Her mother was suffering a dark and deep depression.  She would come home from work and shut herself into her bedroom.  The daughter formed an image called “My Mother’s Bedroom Door” because that is where her mother went at the end of each day into  a black and limitless void.  People can’t survive in a deep, dark depression.



Then, what was the solution to this passive rebellion?  Then, why of course, it was Electro Convulsive Therapy!  Buzz the bejesus out of the frontal lobes to forget the worries of today and yesterday  and glide through with dreams of walking in a garden in the past, not keeping up to your mother, who is gone, never to return.

Her mother’s doctor had the cure, that is, ECT at the psychiatric ward at the top solarium floor of Royal Inland Hospital in Kamloops, BC, Canada.  That’s where the mother started her working life, learning nursing work in the 1930’s.  That’s where she ended it in the 1960’s, sitting in a bed with her short term memory erased.

The shift at the secretary school was 7:00 a.m. to 1:00 p.m. so the daughter was free to visit her mother at the solarium in the afternoon.  She could even take her mother out for a painfully slow walk, which is another story.
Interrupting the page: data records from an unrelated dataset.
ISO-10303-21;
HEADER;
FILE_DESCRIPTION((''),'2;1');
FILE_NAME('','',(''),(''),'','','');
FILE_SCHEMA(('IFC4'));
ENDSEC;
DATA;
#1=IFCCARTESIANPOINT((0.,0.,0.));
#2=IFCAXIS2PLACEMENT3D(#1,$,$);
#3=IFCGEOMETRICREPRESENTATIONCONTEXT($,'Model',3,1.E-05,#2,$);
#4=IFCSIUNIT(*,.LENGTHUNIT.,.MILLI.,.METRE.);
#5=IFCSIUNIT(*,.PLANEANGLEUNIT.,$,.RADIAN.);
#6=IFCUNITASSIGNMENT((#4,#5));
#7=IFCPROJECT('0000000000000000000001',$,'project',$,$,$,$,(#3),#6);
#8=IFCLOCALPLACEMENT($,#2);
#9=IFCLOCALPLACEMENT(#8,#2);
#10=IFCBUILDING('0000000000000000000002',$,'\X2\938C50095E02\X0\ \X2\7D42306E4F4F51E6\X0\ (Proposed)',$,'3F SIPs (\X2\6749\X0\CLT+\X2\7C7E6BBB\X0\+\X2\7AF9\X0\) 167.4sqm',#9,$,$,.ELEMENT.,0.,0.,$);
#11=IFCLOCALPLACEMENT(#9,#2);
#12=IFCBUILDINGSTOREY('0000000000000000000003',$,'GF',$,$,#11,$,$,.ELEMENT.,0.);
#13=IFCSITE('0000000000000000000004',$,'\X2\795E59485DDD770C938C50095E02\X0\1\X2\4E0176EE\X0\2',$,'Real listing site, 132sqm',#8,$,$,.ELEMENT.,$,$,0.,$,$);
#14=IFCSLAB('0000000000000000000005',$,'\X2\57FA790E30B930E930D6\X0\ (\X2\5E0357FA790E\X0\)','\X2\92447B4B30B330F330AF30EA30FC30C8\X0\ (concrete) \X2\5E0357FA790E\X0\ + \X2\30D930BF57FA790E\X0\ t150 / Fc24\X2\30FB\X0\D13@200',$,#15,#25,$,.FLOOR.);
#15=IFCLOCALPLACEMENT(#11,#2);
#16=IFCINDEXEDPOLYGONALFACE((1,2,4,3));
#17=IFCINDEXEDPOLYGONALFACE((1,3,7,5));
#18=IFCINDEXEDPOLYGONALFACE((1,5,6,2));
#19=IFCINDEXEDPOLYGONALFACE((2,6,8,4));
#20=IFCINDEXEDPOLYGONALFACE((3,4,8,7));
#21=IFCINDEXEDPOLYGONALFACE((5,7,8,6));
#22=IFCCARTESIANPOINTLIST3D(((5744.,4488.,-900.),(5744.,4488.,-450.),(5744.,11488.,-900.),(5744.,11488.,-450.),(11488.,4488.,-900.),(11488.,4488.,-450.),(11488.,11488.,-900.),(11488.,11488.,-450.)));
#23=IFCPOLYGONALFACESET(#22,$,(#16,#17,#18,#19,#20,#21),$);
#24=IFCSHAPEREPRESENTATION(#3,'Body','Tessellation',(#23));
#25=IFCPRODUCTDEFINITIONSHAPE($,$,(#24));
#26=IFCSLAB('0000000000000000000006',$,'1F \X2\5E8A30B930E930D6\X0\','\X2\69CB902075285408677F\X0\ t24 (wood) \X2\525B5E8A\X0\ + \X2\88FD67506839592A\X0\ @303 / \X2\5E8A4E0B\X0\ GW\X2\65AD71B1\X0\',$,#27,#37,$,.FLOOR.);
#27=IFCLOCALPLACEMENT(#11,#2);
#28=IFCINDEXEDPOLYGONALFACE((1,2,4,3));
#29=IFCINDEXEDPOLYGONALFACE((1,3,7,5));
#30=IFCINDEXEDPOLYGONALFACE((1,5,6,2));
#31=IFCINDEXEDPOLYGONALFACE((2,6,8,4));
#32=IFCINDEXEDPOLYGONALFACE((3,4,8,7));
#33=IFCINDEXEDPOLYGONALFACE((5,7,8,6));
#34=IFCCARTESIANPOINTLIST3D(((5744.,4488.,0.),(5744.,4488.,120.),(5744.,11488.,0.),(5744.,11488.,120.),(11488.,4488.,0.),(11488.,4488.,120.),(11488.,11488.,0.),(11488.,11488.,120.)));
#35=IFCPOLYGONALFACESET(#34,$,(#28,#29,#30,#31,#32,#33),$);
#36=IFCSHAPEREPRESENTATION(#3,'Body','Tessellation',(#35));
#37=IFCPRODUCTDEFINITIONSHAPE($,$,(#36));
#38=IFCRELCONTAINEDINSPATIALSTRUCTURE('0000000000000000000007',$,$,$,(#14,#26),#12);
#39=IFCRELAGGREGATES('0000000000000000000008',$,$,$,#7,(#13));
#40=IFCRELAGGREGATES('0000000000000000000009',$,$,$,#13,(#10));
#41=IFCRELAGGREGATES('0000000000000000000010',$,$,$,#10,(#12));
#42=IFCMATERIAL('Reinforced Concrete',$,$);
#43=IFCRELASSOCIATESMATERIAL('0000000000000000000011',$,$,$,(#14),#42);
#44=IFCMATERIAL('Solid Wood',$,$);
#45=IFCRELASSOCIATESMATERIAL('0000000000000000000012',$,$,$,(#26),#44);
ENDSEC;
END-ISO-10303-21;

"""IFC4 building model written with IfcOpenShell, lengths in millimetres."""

from ifc_helpers import new_model, si_unit, frame, frame_2d, origin, place, context, project, spatial, rectangle, extrude, material, element, save


model = new_model("IFC4")

# Units and contexts
model_context = context("Model", 3, precision=1e-05, world=origin())
ifc_project = project(units=[si_unit("LENGTHUNIT", "METRE", prefix="MILLI"), si_unit("PLANEANGLEUNIT", "RADIAN")], contexts=[model_context])

# Site, building, storey
site_placement = place(None, origin())
site = spatial("IfcSite", under=ifc_project, at=site_placement, Name="神奈川県鎌倉市1丁目2", ObjectType="Real listing site, 132sqm", CompositionType="ELEMENT", RefElevation=0.0)
building_placement = place(site_placement, origin())
building = spatial("IfcBuilding", under=site, at=building_placement, Name="鎌倉市 終の住処 (Proposed)", ObjectType="3F SIPs (杉CLT+籾殻+竹) 167.4sqm", CompositionType="ELEMENT", ElevationOfRefHeight=0.0, ElevationOfTerrain=0.0)
storey_placement = place(building_placement, origin())
storey = spatial("IfcBuildingStorey", under=building, at=storey_placement, Name="GF", CompositionType="ELEMENT", Elevation=0.0)

# Slabs
ifc_material_1 = material(Name="Reinforced Concrete")
slab_1_placement = place(storey_placement, frame((2872.0, 2244.0, -450.0)))
element("IfcSlab", 1, at=slab_1_placement, inside=storey, material=ifc_material_1, Name="基礎スラブ (布基礎)", Description="鉄筋コンクリート (concrete) 布基礎 + ベタ基礎 t150 / Fc24・D13@200", PredefinedType="FLOOR", context=model_context, shape_type="SweptSolid", body=[
    extrude(rectangle(XDim=5744.0, YDim=7000.0, at=frame_2d((2872.0, 3500.0))), frame((2872.0, 2244.0, -450.0)), (0.0, 0.0, 1.0), 450.0),
])
ifc_material_2 = material(Name="Solid Wood")
slab_2_placement = place(storey_placement, frame((2872.0, 2244.0, 0.0)))
element("IfcSlab", 2, at=slab_2_placement, inside=storey, material=ifc_material_2, Name="1F 床スラブ", Description="構造用合板 t24 (wood) 剛床 + 製材根太 @303 / 床下 GW断熱", PredefinedType="FLOOR", context=model_context, shape_type="SweptSolid", body=[
    extrude(rectangle(XDim=5744.0, YDim=7000.0, at=frame_2d((2872.0, 3500.0))), frame((2872.0, 2244.0, 0.0)), (0.0, 0.0, 1.0), 120.0),
])

save(model, "model.ifc")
  Presumably her mother never really gave up because, when she heard her daughter wax on about the elegant simplicity of Sir Isaac Pitman’s shorthand, she had a flicker of inspiration and decided to try it too.  If she could no longer work as a hard-labouring nurse, which, in those pre-union days, meant nurses did everything; make beds, serve up meds, massage, dress, clean up, serve meals, all of it, she could perhaps learn shorthand, typing, filing and combine that with her knowledge of medicine to work in something less physically demanding, such as medical records.
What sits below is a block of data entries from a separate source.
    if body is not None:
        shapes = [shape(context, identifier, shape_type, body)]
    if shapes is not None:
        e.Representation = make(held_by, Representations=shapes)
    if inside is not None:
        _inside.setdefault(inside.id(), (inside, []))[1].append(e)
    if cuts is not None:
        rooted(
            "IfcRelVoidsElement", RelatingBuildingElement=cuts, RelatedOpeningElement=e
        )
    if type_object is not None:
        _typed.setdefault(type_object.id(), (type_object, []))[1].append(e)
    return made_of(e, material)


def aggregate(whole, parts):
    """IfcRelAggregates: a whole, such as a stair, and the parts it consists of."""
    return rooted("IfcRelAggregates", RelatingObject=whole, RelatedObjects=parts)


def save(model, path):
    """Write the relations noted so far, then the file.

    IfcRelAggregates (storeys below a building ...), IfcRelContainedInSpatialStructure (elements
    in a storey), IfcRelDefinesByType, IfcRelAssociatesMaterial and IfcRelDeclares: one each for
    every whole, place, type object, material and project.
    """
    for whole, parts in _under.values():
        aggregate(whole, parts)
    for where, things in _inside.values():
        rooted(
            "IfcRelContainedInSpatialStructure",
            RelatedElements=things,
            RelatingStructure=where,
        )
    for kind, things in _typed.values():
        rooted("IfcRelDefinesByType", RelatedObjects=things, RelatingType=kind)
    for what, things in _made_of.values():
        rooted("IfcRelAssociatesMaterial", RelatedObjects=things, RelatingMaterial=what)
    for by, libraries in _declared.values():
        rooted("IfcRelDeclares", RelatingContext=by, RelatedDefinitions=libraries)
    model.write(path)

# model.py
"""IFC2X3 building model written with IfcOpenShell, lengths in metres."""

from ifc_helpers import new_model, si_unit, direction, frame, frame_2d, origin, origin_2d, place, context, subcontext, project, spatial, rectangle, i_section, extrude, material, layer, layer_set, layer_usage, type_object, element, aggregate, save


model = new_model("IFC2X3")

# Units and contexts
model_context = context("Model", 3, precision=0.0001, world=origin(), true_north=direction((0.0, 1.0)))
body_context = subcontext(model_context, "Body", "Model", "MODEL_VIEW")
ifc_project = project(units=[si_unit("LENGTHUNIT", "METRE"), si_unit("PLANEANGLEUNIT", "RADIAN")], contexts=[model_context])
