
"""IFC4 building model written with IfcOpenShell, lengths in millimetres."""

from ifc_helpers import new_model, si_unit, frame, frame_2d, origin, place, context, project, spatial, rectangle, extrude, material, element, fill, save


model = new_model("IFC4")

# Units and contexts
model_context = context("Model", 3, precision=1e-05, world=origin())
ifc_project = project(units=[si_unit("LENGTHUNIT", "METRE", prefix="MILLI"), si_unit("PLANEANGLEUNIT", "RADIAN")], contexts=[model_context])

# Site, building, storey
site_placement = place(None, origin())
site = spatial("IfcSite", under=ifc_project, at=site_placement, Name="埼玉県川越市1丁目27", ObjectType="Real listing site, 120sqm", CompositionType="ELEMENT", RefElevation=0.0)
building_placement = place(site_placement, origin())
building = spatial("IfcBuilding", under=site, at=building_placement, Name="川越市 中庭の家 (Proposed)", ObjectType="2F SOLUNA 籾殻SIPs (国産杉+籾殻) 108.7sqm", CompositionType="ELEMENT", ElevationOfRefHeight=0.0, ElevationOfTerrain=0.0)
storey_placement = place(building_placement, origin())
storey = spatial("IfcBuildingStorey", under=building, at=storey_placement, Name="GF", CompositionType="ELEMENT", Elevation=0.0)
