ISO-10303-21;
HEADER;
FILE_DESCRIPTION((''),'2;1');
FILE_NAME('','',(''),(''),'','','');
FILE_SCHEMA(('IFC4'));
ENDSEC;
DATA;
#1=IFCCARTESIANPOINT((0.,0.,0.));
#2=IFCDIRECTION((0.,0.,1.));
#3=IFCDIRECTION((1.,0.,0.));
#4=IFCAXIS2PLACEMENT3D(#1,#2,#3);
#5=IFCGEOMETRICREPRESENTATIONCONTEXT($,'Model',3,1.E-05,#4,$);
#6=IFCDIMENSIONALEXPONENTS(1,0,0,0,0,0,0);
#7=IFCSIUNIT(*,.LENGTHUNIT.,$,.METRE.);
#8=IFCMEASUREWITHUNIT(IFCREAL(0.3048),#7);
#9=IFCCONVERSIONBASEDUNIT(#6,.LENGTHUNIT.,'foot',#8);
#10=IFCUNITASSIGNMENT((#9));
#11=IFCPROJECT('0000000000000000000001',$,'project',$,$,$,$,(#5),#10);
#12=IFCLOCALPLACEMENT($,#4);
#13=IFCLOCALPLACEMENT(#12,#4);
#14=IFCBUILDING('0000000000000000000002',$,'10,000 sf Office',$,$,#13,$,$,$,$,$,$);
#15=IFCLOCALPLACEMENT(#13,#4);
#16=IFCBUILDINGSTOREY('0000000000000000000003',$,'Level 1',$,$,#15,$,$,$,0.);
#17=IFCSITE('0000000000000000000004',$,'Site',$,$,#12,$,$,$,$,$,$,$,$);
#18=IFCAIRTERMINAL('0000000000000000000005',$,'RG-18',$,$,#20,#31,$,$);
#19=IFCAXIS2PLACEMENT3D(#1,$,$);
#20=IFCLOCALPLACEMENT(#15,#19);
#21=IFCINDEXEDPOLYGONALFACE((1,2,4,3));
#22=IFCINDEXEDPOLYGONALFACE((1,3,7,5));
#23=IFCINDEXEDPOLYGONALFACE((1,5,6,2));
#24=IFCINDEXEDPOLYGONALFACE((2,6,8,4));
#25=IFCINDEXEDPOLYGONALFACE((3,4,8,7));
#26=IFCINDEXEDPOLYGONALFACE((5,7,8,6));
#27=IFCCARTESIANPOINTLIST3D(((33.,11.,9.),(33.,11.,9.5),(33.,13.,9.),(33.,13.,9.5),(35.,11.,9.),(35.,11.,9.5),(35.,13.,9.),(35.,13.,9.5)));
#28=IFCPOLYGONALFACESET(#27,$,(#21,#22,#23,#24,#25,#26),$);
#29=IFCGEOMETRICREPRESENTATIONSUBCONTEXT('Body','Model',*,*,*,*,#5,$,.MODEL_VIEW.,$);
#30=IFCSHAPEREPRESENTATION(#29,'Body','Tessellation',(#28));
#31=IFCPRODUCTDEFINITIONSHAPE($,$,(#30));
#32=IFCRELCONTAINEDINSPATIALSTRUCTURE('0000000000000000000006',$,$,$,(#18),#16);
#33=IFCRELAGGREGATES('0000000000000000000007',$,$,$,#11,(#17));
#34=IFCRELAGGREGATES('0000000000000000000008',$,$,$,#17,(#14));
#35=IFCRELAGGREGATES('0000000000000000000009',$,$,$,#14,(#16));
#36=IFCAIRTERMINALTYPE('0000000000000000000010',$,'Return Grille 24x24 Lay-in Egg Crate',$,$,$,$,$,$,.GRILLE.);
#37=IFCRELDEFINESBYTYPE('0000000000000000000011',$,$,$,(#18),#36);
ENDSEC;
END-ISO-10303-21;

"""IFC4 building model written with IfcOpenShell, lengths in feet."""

from ifc_helpers import new_model, entity, si_unit, converted_unit, frame, origin_with_axes, place, context, subcontext, project, spatial, rectangle, extrude, type_object, element, save


model = new_model("IFC4")

# Units and contexts
model_context = context("Model", 3, precision=1e-05, world=origin_with_axes())
body_context = subcontext(model_context, "Body", "Model", "MODEL_VIEW")
ifc_project = project(units=[converted_unit("LENGTHUNIT", "foot", entity("IfcReal", 0.3048), si_unit("LENGTHUNIT", "METRE"), dimensions=[1, 0, 0, 0, 0, 0, 0])], contexts=[model_context])

# Site, building, storey
site_placement = place(None, origin_with_axes())
site = spatial("IfcSite", under=ifc_project, at=site_placement, Name="Site")
building_placement = place(site_placement, origin_with_axes())
building = spatial("IfcBuilding", under=site, at=building_placement, Name="10,000 sf Office")
storey_placement = place(building_placement, origin_with_axes())
storey = spatial("IfcBuildingStorey", under=building, at=storey_placement, Name="Level 1", Elevation=0.0)

# Air terminal
air_terminal_type_1 = type_object("IfcAirTerminalType", Name="Return Grille 24x24 Lay-in Egg Crate", PredefinedType="GRILLE")
for number, where, z_axis, x_axis, name in (
    (1, (34.0, 12.0, 9.0), (0.0, 0.0, 1.0), (1.0, 0.0, 0.0), "RG-18"),
):
    element("IfcAirTerminal", number, at=place(storey_placement, frame(where, z_axis=z_axis, x_axis=x_axis)), inside=storey, type_object=air_terminal_type_1, Name=name, context=body_context, shape_type="SweptSolid", body=[
        extrude(rectangle(XDim=2.0, YDim=2.0), None, (0.0, 0.0, 1.0), 0.5),
    ])

save(model, "model.ifc")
Every day the mother would learn her shorthand lesson.  This required rote learning as well as insight and understanding.  Every evening, Dr. Shrink Mengele would zap her lobes electrically to produce the desired accepting state of stasis.  The downside of stopping someone from habitual worrying with electric currents to the frontal lobes, is stopping all remembering that requires the kind of short term repetitiveness used to learn something like Sir Isaac Pitman’s shorthand.  So her mother would say to her, each afternoon, “I am so stupid.  I can’t remember any of the shorthand I learned yesterday!”  Dr. Shrink Mengele’s compassion did not extend to letting her know about the short term memory erasing side effects of “ECT”.  The daughter was dutiful to the extent that it went right over her head.  It was one of those things when a person says, a day later, “Oh, why didn’t I think of that?”

Proud activists dismissed and pooh-poohed such things.  They didn’t have time to be depressed!  They were busy with truly important things like proletarian revolution and/or smashing the state.  They didn’t need to learn a skill that could help allay the tedium of daily survival.  They could afford to wear fatigues and carry a Dream Automatic and maybe even get so far as to praise the Leader Addicted To Heroin.  Smash, instead, the state!  Overthrow, instead, the bourgeoisie!  Prepare, instead, for proletarian revolution! Go to San Francisco with flowers in your hair!

At least one of them had the decency to quote Captain Bligh, “We are civilized people!”  Above all, don’t tell your friends your parents are crazy!